I dont know how to solve the problem below.
(1) $p[1]$, $p[2]$, $\ldots$, $p[n]$ are distinct primes, where $n = 1,2,\ldots$ Let $a[n]$ be the sum of square root of those primes, that is, $a[n] = \sqrt{p[1]}+\ldots+\sqrt{p[n]}$. Show that there exists a polynomial with integer coefficients that has $a[n]$ as a solution.

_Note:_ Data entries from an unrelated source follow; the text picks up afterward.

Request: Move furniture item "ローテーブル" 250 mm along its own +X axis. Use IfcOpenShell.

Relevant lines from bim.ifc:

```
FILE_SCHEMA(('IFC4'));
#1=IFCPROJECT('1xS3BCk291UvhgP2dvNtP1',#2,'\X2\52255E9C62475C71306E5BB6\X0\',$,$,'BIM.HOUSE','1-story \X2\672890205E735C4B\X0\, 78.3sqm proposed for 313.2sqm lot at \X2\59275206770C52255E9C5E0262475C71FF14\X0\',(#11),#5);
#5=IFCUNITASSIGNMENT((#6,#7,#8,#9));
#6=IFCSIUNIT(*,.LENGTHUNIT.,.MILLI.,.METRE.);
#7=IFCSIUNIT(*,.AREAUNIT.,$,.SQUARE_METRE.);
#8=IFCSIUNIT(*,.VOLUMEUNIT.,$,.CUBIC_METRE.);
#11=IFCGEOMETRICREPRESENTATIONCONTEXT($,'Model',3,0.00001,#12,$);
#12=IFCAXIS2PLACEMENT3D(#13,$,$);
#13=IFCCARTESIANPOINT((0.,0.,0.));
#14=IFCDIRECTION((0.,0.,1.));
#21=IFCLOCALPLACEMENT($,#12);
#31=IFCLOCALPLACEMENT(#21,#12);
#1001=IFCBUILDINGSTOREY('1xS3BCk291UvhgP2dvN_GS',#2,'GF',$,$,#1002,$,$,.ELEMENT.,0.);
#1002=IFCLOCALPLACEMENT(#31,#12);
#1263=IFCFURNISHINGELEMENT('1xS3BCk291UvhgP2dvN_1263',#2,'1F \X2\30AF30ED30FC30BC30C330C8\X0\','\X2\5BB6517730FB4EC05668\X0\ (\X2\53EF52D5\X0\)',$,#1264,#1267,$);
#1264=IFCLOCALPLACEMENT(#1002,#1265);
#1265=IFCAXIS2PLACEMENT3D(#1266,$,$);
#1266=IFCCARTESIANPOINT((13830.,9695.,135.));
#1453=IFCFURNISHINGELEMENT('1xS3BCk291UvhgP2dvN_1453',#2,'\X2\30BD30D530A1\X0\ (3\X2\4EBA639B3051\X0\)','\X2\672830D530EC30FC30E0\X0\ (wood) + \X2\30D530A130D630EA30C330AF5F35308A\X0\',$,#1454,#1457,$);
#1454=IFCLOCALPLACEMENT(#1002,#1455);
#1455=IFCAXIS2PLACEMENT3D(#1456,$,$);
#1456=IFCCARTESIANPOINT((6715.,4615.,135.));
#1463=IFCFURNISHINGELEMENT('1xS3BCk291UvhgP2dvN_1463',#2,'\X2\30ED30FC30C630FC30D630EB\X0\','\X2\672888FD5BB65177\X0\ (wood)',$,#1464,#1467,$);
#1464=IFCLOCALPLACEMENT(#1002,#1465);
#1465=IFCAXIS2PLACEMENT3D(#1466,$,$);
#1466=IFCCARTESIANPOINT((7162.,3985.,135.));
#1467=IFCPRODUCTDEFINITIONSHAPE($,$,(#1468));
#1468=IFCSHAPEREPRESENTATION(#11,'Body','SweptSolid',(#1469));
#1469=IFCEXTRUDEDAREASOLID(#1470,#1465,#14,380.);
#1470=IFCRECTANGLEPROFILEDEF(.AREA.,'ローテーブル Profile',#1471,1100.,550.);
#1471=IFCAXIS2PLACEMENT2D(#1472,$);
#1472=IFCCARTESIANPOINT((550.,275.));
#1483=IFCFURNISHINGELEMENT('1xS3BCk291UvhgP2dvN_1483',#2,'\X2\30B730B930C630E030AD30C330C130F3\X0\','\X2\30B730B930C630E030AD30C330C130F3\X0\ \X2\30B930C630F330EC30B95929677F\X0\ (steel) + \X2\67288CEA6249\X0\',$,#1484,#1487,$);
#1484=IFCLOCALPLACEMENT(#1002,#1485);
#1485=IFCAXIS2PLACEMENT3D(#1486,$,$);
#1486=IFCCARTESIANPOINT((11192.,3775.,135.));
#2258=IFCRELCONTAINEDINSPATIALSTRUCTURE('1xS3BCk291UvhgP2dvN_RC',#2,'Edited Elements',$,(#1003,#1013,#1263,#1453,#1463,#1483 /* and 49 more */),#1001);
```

```python
import ifcopenshell
import ifcopenshell.api.geometry
import ifcopenshell.util.placement

model = ifcopenshell.open("bim.ifc")

item = model.by_guid("1xS3BCk291UvhgP2dvN_1463")
matrix = ifcopenshell.util.placement.get_local_placement(item.ObjectPlacement)
matrix[:3, 3] += matrix[:3, 0] * 250.0
ifcopenshell.api.geometry.edit_object_placement(model, product=item, matrix=matrix, is_si=False)

print(ifcopenshell.util.placement.get_local_placement(item.ObjectPlacement).round(3) + 0.0)

model.write("bim_rev.ifc")
```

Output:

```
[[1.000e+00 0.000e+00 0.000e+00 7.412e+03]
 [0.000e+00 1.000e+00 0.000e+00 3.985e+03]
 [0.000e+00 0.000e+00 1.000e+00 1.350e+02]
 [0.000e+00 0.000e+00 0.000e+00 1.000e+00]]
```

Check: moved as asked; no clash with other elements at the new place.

(2) Show that $a[n]$ is irrational.
I can solve this without using (1) for (2). But my teacher said (1) is a hint for (2). Help please?
Hint:
For 2): Use the rational root theorem. If $x = \frac{p}{q}$ is a rational root of a polynomial equation $f(x) = c_mx^m + \ldots c_1 x + c_0$ with integer coefficients $c_i$ then $p$ is a factor of $c_0$ and $q$ is a factor of $a_m$.
For 1):
For $n=1$ we have:
$$(x-\sqrt{p_1})(x+\sqrt{p_1}) = x^2 - p_1$$
For $n=2$ we put $x = \sqrt{p_1} + \sqrt{p_2}$ then:
$$(x -\sqrt{p_1})^2 = p_2 = x^2 + p_1 - 2x\sqrt{p_1}$$
so
$$(x^2 + p_1 - p_2)^2 - 4x^2p_1 = 0$$
For $n=3$ we put $x = \sqrt{p_1}+\sqrt{p_2} + \sqrt{p_3}$ then
$$(x -\sqrt{p_1})^2 = (\sqrt{p_2} + \sqrt{p_3})^2 = p_2+p_3+2\sqrt{p_2p_3}$$
so
$$x^2 +p_1-p_2-p_3 = 2x\sqrt{p_1} +2\sqrt{p_2p_3}$$
squaring again gives
$$(x^2 +p_1-p_2-p_3)^2 = 4x^2p_1 + 4p_2p_3 + 8x\sqrt{p_1p_2p_3}$$
and a final rearrangement and squaring gives
$$((x^2 +p_1-p_2-p_3)^2 - 4x^2p_1 - 4p_2p_3)^2 - 64x^2p_1p_2p_3 = 0$$
which is the desired polynomial.
The general case is more tricky, see this MSE answer for a proof.